114,500 Chinese and 34,000 North Koreans refused repatriation after the cease fire, and 22 American prisoners elected to stay in the DPRK. The US forces in the war zone reached 1,600,000, and we suffered 24,000 KIA, 100,000 wounded, 9,000 MIA, and 2,675 captured and held under brutal conditions in violation of the Geneva Convention. The Korean War cost over $20,000,000,000, and astonishing cost for the time. As the war progressed, the American public became more and more disenchanted with it, and that may well have been a major contributor to the election of the Republican candidate, Dwight D. Eisenhour (USA, Ret.).

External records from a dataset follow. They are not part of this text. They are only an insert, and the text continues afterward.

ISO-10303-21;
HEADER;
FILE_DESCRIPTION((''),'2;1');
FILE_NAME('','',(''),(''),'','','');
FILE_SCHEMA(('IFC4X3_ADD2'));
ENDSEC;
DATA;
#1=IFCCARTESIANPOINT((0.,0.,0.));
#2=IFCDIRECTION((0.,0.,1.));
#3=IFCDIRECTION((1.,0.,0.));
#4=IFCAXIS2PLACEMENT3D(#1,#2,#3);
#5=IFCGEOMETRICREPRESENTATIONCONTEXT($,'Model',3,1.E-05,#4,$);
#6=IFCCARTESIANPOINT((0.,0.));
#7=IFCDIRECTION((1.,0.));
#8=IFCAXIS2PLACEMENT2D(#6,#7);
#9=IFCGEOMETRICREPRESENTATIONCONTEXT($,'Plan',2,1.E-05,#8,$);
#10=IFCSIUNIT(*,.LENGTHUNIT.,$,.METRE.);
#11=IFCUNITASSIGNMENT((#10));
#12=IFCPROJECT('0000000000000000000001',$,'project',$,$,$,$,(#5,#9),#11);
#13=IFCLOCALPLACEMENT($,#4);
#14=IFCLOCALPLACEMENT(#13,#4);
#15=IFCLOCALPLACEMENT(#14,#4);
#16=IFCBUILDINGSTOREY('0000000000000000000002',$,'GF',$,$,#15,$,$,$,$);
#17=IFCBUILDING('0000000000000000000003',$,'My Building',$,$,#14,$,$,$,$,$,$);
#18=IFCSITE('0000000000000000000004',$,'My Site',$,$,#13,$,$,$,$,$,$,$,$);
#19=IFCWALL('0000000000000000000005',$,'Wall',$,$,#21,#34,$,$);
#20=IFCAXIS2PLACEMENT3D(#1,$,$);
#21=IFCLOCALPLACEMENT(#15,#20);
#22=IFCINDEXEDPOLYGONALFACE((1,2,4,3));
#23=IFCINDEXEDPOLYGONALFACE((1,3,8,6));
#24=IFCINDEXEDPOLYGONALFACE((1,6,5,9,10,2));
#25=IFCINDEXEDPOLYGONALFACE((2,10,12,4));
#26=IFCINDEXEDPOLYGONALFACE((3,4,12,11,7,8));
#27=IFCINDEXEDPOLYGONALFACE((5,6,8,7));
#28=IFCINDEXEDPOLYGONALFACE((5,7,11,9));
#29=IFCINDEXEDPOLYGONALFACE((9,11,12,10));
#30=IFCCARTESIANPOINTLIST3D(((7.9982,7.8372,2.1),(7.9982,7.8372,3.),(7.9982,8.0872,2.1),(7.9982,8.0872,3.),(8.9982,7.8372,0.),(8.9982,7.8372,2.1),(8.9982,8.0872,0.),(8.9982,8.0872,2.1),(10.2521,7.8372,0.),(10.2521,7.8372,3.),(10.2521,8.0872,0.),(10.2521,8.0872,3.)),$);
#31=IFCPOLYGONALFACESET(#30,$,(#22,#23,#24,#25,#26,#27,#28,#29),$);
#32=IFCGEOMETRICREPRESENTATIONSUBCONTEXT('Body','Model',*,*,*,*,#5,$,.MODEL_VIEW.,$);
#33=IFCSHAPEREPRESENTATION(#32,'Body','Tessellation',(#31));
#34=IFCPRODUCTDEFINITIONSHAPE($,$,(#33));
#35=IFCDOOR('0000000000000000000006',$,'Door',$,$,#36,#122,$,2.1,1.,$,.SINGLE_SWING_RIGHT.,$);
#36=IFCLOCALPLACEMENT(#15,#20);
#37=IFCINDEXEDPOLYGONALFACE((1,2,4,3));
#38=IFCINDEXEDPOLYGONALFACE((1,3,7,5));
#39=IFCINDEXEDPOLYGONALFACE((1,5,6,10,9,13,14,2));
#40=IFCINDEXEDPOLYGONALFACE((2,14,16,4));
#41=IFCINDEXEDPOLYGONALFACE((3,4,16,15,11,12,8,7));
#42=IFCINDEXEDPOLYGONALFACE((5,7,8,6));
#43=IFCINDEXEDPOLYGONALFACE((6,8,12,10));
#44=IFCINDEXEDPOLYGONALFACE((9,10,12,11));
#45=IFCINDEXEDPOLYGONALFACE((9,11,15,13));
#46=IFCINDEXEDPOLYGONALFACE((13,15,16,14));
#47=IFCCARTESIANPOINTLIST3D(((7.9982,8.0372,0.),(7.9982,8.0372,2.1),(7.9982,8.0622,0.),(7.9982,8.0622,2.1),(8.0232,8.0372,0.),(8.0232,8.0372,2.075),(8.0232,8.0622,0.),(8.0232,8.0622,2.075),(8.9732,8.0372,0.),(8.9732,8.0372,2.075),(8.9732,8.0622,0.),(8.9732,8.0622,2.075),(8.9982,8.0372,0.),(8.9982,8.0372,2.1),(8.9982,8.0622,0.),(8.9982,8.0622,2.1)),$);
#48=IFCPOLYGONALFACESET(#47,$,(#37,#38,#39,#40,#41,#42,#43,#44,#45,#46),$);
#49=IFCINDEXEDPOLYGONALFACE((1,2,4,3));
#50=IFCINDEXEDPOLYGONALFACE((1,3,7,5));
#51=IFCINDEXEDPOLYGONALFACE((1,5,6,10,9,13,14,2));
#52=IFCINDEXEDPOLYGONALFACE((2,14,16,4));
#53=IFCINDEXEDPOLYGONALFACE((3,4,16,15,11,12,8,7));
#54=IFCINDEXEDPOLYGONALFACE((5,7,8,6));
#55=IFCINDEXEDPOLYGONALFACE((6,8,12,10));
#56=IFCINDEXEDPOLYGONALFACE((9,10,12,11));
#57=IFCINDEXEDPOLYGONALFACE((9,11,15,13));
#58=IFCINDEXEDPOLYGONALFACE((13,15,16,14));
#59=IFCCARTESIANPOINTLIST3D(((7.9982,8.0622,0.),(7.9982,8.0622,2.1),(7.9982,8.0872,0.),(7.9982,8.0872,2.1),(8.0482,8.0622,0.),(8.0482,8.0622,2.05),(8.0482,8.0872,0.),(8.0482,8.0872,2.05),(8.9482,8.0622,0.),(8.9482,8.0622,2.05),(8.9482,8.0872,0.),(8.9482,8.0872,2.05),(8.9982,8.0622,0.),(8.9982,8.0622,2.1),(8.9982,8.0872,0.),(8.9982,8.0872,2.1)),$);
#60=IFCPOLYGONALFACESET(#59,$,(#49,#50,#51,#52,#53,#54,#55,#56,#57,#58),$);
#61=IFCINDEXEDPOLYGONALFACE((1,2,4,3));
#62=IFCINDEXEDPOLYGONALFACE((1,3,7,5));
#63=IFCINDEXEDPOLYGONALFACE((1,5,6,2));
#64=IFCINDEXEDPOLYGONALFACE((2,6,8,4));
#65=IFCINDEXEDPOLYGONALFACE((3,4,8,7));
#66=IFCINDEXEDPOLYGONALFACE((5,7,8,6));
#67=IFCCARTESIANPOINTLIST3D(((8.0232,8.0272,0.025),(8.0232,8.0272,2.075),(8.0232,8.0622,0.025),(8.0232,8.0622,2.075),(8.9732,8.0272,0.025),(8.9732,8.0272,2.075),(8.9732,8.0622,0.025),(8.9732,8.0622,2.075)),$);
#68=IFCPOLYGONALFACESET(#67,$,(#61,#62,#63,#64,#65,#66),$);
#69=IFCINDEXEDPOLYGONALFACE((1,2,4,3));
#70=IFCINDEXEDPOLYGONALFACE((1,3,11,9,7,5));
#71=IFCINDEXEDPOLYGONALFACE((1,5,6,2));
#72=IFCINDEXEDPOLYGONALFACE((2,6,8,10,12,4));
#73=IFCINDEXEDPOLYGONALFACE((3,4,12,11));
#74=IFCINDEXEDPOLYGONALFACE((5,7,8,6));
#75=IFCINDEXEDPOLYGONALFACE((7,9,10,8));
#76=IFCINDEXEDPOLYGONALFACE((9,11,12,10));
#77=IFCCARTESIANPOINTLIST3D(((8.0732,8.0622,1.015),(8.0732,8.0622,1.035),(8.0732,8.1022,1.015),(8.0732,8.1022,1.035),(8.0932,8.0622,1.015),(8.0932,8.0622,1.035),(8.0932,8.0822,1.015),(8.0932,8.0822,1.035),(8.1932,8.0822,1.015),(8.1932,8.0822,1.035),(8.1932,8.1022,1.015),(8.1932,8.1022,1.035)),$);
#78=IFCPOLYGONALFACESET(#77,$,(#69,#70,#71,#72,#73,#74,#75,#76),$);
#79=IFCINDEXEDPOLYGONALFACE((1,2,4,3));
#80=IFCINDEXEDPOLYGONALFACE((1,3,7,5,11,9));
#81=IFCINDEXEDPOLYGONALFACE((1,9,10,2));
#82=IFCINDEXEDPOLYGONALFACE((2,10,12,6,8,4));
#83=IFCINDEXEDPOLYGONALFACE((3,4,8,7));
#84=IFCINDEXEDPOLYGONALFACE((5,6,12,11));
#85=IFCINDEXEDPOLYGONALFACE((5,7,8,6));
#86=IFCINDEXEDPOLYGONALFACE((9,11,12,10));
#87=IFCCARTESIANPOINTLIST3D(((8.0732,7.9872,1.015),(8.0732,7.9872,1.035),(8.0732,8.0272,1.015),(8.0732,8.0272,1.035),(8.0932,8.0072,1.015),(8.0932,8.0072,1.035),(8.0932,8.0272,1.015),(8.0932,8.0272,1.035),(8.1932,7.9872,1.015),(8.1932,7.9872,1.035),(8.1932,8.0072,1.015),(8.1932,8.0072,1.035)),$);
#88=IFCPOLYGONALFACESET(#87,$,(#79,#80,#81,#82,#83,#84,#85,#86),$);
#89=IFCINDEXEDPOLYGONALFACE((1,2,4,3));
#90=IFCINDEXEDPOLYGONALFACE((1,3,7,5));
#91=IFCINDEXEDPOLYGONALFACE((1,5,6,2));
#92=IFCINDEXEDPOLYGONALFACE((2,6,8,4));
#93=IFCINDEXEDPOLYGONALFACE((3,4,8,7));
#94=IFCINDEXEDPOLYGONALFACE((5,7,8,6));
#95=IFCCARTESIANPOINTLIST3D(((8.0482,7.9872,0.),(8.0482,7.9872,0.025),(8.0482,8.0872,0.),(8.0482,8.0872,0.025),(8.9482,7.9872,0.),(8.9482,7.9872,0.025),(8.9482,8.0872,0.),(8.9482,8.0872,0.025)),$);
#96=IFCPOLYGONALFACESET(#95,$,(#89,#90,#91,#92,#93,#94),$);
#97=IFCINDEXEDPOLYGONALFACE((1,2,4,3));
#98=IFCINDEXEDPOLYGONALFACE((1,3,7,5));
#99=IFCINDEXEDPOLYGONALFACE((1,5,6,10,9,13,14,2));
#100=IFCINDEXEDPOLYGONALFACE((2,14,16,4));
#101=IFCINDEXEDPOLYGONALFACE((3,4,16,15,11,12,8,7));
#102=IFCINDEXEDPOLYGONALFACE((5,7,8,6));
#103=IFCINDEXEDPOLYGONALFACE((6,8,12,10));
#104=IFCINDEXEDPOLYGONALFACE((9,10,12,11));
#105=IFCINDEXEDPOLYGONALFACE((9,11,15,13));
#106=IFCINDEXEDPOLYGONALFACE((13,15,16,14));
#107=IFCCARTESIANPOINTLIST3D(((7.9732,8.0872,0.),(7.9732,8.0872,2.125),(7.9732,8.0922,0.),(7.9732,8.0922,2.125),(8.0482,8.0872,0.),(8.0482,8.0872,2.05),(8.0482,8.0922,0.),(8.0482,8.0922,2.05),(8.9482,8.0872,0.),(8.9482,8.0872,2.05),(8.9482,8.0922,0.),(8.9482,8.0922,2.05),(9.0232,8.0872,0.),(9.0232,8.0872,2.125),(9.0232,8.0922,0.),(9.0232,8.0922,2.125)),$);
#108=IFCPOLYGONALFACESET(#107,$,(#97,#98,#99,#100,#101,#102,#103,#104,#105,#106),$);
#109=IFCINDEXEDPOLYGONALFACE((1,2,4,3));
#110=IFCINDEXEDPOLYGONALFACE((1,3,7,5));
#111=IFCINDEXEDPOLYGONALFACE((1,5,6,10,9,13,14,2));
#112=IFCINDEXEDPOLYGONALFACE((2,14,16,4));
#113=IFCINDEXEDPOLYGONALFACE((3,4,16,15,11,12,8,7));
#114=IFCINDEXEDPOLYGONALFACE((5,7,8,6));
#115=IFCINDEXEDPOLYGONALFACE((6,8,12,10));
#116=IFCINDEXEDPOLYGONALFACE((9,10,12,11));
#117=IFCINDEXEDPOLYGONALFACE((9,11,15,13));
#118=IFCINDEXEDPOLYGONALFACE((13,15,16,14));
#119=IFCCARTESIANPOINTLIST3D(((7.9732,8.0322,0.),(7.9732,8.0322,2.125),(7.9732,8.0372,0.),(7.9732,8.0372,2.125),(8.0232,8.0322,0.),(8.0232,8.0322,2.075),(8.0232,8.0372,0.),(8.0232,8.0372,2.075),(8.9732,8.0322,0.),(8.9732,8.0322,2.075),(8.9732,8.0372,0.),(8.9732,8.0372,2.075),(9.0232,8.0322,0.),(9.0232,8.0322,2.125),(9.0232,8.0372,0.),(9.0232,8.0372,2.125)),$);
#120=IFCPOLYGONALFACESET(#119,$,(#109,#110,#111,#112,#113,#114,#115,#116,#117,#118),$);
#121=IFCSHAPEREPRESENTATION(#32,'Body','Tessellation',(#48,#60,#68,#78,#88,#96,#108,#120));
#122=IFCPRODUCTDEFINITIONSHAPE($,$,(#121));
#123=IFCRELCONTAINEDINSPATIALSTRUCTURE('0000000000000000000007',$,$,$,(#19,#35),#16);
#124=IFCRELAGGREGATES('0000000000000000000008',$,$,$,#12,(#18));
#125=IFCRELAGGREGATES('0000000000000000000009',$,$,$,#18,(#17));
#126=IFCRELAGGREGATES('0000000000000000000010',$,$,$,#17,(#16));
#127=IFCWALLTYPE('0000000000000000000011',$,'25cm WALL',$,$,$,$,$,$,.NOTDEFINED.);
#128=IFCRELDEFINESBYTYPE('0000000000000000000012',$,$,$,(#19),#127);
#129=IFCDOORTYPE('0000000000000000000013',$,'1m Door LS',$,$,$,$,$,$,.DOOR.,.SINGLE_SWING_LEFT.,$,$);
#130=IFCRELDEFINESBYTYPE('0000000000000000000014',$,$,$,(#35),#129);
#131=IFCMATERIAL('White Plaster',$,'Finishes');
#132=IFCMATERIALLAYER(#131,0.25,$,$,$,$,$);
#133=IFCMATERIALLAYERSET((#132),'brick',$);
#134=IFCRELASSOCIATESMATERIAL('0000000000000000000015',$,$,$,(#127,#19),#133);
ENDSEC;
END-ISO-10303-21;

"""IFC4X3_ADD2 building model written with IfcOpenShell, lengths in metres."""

from ifc_helpers import new_model, entity, si_unit, frame, origin_with_axes, origin_2d_with_axis, place, context, subcontext, project, spatial, line, indexed_curve, outline, extrude, shape, source, transform, mapped, material, layer, layer_set, layer_usage, type_object, type_shapes, element, fill, save


model = new_model("IFC4X3_ADD2")

# Units and contexts
model_context = context("Model", 3, precision=1e-05, world=origin_with_axes())
plan_context = context("Plan", 2, precision=1e-05, world=origin_2d_with_axis())
body_context_1 = subcontext(model_context, "Body", "Model", "MODEL_VIEW")
body_context_2 = subcontext(plan_context, "Body", "Plan", "PLAN_VIEW")
ifc_project = project(units=[si_unit("LENGTHUNIT", "METRE")], contexts=[model_context, plan_context])

# Site, building, storey
site_placement = place(None, origin_with_axes())
site = spatial("IfcSite", under=ifc_project, at=site_placement, Name="My Site")
building_placement = place(site_placement, origin_with_axes())
building = spatial("IfcBuilding", under=site, at=building_placement, Name="My Building")
storey_placement = place(building_placement, origin_with_axes())
storey = spatial("IfcBuildingStorey", under=building, at=storey_placement, Name="GF")

# Shared definitions
ifc_material_1 = material(Name="White Plaster", Category="Finishes")

# Wall, opening, door
ifc_layer_1 = layer(ifc_material_1, 0.25)
ifc_layer_set_1 = layer_set([ifc_layer_1], Name="brick")
wall_type_1 = type_object("IfcWallType", Name="25cm WALL", PredefinedType="NOTDEFINED", material=ifc_layer_set_1)
shared_shape_1 = source(origin_with_axes(), body_context_1, "Body", "SweptSolid", [
    extrude(outline(indexed_curve([(0.0, 0.0), (1.0, 0.0), (1.0, 2.1), (0.0, 2.1)], segments=[line(1, 2, 3, 4, 1)])), frame((0.0, -0.6, 0.0), z_axis=(0.0, -1.0, 0.0), x_axis=(1.0, 0.0, 0.0)), (0.0, 0.0, -1.0), 1.2),
])
door_type_1 = type_object("IfcDoorType", Name="1m Door LS", OperationType="SINGLE_SWING_LEFT", PredefinedType="DOOR")
shared_shape_2 = source(origin_with_axes(), body_context_1, "Body", "SweptSolid", [
    extrude(outline(indexed_curve([(0.0, 0.0), (0.0, 2.1), (1.0, 2.1), (1.0, 0.0), (0.975, 0.0), (0.975, 2.075), (0.025, 2.075), (0.025, 0.0)], segments=[line(1, 2, 3, 4, 5, 6, 7, 8, 1)])), frame((0.0, 0.025, 0.0), z_axis=(0.0, -1.0, 0.0), x_axis=(1.0, 0.0, 0.0)), (0.0, 0.0, -1.0), 0.025),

Korean culture is extremely paternalistic and family oriented. Division of the country into North and South has kept families apart now for over fifty years. ROK is still a very authoritarian society, but popular democracy and representative government is well-rooted. ROK has done very well in the global economy, and as a result the standard of living among its citizens is relatively high. Most of the needs of life are being met, and many in the ROK are well-educated, and happy consumers of "luxury" products. Most in the ROK are extremely nationalistic, and their pride in all things Korea is intense. They built a tower on top of a mountain, for instance, so that they could claim to have the highest tower in Asia. The Korean Olympics held in Seoul is still a matter of national pride. Even innocent remarks, that would go un-noted in the West, can insult and send young Koreans to the barricades in protest. A popular American entertainer made what to us would be a casual, playful remark on American television, and she is now personal non-grata to many Koreans. The young have been strongly targeted by DPRK propaganda playing off of the Korean desire for tight family groups. ROK is one of the largest contributors to food and health aid for the starving people of DPRK.

If reunification of Korea were to occur, its likely that ROK would be at least as important to salvaging a terrible situation as West Germany to the East when The Wall came down. Like the DPRK, ROK has as one of its highest goals the reunification of their very much loved country.

BTW, there probably isn't any really effective way to improve the defenses for Seoul. Seoul is within range of DPRK artillery on the DMZ. One in flight, there isn't much anyone can do to keep artillery from doing its worst. Counter-battery fires and airstikes would, of course, immediately take place, but the DPRK tubes are mostly in hardened sites. It might take weeks to silence the guns, and in the meantime Seoul (especially North of the Han River) would take a very severe beating. Seoul is also vulnerable to infantry/armor attack being only 25 miles south of the DMZ. On the other hand that is a kill-zone that has been elaberated on for over fifty years. Terrain features would make it difficult to flank Seoul by going around the kill-zone, so a DPRK advance on Seoul would pretty much have to go through the defensive zone. DPRK casualities would be heavy, though they very well might in some circumstances break through to the Capital ... especially if US relief forces were delayed for very long.

I don't think Kim is likely to try to roll-up the South in the forseeable future, but he has surprised us in the past. The atomic weapons possessed by the DPRK are small in number (3-6, by many estimates), but they have never been tested and the North's delivery capability is at this time still limited. For Kim to use a nuclear device would be suicide for him, and though he may be unpredictable, he is not sucicidal or crazy.